• **Aim of the exercise**
If a line below includes the string "CONTINUOUS", copy it.

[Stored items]

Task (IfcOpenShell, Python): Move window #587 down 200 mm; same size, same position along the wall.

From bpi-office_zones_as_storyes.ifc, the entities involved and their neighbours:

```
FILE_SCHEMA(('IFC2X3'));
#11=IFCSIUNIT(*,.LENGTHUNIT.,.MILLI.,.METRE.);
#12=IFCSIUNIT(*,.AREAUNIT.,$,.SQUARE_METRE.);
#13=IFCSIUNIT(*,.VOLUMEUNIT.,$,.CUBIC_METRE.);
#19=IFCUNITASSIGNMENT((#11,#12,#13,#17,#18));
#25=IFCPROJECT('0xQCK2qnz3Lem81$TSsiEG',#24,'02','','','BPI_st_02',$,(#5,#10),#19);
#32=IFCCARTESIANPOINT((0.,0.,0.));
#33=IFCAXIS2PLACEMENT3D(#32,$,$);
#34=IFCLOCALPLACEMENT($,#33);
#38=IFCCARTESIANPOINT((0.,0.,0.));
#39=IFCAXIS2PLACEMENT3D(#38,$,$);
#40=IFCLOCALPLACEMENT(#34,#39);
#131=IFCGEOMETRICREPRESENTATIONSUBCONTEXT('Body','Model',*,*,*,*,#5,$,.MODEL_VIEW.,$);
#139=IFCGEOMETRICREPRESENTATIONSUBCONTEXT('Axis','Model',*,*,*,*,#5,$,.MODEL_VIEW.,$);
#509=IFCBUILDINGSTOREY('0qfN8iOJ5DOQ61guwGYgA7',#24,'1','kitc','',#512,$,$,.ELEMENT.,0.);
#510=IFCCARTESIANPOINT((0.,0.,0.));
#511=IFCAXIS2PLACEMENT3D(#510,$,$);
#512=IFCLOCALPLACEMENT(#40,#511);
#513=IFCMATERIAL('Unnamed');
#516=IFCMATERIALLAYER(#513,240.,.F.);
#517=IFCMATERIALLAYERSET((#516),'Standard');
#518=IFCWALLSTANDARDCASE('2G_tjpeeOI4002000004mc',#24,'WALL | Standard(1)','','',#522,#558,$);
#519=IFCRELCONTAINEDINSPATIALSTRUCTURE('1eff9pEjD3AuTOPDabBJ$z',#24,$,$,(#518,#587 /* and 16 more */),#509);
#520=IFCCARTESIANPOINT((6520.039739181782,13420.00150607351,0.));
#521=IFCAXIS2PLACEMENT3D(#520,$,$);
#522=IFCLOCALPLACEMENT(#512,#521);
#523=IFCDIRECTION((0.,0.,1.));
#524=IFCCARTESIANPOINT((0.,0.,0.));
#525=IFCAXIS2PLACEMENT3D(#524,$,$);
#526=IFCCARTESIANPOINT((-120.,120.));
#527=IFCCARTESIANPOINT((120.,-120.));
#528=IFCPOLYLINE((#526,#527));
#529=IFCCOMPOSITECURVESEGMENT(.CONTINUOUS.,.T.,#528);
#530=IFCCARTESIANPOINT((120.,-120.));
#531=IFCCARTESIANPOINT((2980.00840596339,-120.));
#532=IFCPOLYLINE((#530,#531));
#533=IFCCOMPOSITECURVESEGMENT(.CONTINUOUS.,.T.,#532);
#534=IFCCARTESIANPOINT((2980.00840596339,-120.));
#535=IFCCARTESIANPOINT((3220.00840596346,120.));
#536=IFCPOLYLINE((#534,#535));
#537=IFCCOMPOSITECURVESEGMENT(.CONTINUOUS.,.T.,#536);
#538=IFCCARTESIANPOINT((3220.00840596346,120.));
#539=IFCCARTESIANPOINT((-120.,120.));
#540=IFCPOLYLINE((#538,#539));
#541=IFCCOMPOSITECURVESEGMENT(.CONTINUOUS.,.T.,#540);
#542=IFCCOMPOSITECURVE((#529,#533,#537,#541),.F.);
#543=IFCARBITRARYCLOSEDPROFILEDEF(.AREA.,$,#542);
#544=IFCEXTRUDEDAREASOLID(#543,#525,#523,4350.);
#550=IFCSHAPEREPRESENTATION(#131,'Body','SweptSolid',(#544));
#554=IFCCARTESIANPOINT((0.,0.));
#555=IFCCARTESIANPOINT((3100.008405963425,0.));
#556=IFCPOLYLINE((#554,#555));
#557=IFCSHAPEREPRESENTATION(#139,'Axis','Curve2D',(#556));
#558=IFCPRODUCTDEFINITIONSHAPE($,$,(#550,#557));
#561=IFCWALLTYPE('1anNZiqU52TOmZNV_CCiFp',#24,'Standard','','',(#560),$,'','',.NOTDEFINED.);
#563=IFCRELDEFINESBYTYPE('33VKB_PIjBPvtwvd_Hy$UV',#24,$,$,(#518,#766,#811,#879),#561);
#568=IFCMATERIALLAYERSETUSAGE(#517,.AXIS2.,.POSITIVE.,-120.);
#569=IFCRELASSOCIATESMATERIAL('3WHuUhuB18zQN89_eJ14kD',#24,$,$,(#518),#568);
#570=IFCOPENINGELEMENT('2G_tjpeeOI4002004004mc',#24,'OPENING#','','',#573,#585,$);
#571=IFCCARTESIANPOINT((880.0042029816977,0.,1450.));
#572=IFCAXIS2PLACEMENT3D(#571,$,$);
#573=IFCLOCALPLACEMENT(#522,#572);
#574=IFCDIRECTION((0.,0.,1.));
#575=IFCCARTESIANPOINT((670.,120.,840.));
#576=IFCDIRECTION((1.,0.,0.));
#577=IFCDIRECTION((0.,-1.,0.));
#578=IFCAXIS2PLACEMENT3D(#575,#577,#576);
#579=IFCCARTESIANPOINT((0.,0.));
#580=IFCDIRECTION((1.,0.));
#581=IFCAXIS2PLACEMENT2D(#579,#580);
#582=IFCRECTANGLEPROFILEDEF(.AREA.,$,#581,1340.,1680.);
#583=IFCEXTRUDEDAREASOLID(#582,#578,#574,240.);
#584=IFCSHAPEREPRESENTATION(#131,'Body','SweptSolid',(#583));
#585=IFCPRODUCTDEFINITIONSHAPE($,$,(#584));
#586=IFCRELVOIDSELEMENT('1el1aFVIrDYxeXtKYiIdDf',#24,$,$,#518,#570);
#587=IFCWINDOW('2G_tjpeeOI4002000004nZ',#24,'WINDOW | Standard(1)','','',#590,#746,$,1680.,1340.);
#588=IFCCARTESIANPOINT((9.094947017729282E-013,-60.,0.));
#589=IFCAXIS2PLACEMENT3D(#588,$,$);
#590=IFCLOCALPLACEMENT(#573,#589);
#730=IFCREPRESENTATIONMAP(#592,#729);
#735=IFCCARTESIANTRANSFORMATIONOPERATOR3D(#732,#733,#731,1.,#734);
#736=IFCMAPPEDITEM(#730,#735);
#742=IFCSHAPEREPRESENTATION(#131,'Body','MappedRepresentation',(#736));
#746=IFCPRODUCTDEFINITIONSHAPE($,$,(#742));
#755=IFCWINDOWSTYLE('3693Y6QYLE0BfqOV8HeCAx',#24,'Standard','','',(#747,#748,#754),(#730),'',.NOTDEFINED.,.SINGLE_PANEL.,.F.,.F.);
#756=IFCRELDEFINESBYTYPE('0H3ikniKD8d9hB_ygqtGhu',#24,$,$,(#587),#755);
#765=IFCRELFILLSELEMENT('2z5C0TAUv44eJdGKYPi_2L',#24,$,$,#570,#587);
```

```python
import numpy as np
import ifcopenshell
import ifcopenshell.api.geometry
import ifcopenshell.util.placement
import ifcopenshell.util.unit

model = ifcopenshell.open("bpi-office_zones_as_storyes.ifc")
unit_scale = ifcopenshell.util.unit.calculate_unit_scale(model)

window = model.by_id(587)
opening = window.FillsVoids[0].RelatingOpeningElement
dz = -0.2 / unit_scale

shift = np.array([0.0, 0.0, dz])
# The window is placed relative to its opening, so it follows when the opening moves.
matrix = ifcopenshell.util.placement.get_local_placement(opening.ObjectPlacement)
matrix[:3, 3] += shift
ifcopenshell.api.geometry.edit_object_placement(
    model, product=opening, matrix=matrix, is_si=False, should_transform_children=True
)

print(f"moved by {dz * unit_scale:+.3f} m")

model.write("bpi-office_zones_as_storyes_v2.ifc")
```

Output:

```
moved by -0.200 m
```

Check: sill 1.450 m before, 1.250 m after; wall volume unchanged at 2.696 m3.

• **Result**
#529=IFCCOMPOSITECURVESEGMENT(.CONTINUOUS.,.T.,#528);
#533=IFCCOMPOSITECURVESEGMENT(.CONTINUOUS.,.T.,#532);
#537=IFCCOMPOSITECURVESEGMENT(.CONTINUOUS.,.T.,#536);
#541=IFCCOMPOSITECURVESEGMENT(.CONTINUOUS.,.T.,#540);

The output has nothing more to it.